Когда она проснулась, было раннее утро. Дождь кончился, но небо оставалось хмурым, и рассеянные лучи солнца едва проникали сквозь густые переплетения ветвей. Клер хотела осторожно высунуть голову из своего убежища, но ее волосы запутались в сучках. Она дернулась посильнее и тут же взвизгнула от боли. Немедленно напомнило о себе поврежденное запястье, и боль стала просто нестерпимой. Клер освободила застрявшие волосы здоровой рукой. На сучках остались длинные золотистые пряди. Наконец ей удалось выбраться наружу.
Лошадь бесследно исчезла.

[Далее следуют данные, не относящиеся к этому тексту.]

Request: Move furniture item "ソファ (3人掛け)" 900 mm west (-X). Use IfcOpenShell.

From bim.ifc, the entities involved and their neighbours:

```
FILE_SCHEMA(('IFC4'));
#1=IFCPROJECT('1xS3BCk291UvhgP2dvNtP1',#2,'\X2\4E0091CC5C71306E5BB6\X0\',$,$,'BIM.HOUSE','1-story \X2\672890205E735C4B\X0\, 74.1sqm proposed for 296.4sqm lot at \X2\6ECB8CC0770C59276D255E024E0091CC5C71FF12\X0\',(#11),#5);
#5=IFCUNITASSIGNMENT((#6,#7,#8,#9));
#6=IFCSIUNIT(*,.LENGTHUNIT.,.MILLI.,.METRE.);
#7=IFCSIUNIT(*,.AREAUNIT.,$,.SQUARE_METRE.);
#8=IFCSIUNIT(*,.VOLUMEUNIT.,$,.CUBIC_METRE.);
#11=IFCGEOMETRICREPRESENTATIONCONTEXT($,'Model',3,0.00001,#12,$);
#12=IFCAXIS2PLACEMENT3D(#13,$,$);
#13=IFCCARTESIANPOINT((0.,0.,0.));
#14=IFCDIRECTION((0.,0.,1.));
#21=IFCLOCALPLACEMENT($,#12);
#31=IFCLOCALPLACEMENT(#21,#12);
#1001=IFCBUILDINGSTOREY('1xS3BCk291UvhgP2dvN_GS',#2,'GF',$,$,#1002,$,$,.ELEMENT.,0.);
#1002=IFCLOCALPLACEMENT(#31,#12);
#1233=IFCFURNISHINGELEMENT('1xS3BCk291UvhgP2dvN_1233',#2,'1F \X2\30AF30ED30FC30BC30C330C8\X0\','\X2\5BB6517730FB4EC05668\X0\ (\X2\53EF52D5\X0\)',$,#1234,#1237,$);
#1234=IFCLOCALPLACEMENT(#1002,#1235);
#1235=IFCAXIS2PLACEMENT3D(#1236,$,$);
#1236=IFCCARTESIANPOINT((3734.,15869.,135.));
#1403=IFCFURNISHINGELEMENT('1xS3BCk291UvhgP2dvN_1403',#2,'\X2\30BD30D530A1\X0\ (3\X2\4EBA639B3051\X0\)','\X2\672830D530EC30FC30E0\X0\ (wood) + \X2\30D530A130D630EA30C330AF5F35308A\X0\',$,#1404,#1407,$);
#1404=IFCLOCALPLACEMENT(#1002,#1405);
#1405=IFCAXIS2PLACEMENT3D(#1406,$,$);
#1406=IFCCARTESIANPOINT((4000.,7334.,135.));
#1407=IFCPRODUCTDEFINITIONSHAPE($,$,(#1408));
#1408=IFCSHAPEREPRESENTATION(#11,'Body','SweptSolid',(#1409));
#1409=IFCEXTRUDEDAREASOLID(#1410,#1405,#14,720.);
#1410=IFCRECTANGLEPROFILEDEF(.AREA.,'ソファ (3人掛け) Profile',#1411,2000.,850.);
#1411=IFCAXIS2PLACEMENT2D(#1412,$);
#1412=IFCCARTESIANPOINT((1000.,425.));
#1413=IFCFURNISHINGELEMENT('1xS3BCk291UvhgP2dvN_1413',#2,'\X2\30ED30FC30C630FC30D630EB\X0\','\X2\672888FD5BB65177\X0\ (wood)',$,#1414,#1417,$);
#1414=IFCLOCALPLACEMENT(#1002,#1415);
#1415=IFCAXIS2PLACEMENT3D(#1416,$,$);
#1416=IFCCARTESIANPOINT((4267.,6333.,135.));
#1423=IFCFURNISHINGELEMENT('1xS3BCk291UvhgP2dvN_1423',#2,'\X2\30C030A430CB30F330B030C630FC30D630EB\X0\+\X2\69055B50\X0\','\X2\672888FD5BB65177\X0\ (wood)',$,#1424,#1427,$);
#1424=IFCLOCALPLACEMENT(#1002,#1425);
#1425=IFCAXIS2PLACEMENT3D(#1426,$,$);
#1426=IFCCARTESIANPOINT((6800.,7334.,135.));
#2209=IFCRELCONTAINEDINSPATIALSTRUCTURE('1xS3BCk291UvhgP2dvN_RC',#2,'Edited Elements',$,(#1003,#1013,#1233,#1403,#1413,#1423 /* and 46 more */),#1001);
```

```python
import ifcopenshell
import ifcopenshell.api.geometry
import ifcopenshell.util.placement
import ifcopenshell.util.unit

model = ifcopenshell.open("bim.ifc")
unit_scale = ifcopenshell.util.unit.calculate_unit_scale(model)

item = model.by_id(1403)
matrix = ifcopenshell.util.placement.get_local_placement(item.ObjectPlacement)
matrix[0, 3] -= 0.9 / unit_scale
ifcopenshell.api.geometry.edit_object_placement(model, product=item, matrix=matrix, is_si=False)

print(ifcopenshell.util.placement.get_local_placement(item.ObjectPlacement).round(3) + 0.0)

model.write("bim_rev.ifc")
```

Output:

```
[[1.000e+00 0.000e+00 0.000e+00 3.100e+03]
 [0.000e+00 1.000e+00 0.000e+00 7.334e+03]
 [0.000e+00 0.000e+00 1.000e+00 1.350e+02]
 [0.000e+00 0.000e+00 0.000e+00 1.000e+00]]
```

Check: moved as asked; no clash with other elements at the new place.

Без седла, без всадника, она, наверное, носилась сейчас где-нибудь по лесу, упиваясь свободой после долгого пребывания в конюшне. Клер мысленно пожелала ей удачи, не сердясь за вчерашнее, хотя именно из-за своей любимицы она сломала руку.
Клер чихнула три раза подряд и подумала о том, что, кроме перелома, ей теперь обеспечена еще и простуда. Она мечтала о сухой теплой одежде, о горячем завтраке. Мечтала о том, чтобы рядом с нею была старшая сестра, которая сумеет унять боль в запястье, приложив к нему травяную мазь, а потом будет ухаживать за больной…
Увы, Клер была одна и ухаживать за ней было некому.
Она подобрала юбки и побрела вперед, надеясь, что идет она на северо-запад, туда, где за стенами монастыря Святой Анны живут добрые сестры-монахини.
По пути Клер срывала попадавшиеся ей ягоды, напилась воды из родника. Солнце поднялось выше, но так и не смогло подсушить грязь, оставшуюся после дождя. Клер приходилось тащиться по лужам, ступая по скользкой глине в своих безнадежно промокших туфлях. Дорогой она с тревогой думала об Элис. Сестра теперь в руках бессердечного злого колдуна. Оставалось лишь молиться за Элис.
Еще Клер молилась за себя, прося небеса послать ей спасение и указать верный путь к нему.
Она молилась и за своего сводного брата, хотя и подозревала, что эта молитва вряд ли будет услышана, разве только милосердие господне в самом деле безгранично.
Клер молилась даже за пропавшую лошадь, прося для нее надежного укрытия, и не в конюшне брата, но где-нибудь в другом месте, там, где ее будут любить и холить.
Как ей хотелось найти такое же убежище и для себя самой!
И была еще одна душа, о спасении которой она молилась, перебираясь через лужи и корневища деревьев, торчащие из грязи, — душа сэра Томаса де Реймера — стойкого, преданного рыцаря, уехавшего, чтобы оплакать свою жену.
Клер зацепилась ногой за торчащий корень, поскользнулась, упала на раненую руку и от боли у нее потемнело в глазах. На какое-то мгновение она увидела себя со стороны — несчастную, голодную, валяющуюся в грязи, и ей стало нестерпимо жаль саму себя. Клер заплакала навзрыд от боли, от страха и от раскаяния. Она плакала и звала сквозь слезы Томаса — единственного человека, который мог бы ее спасти.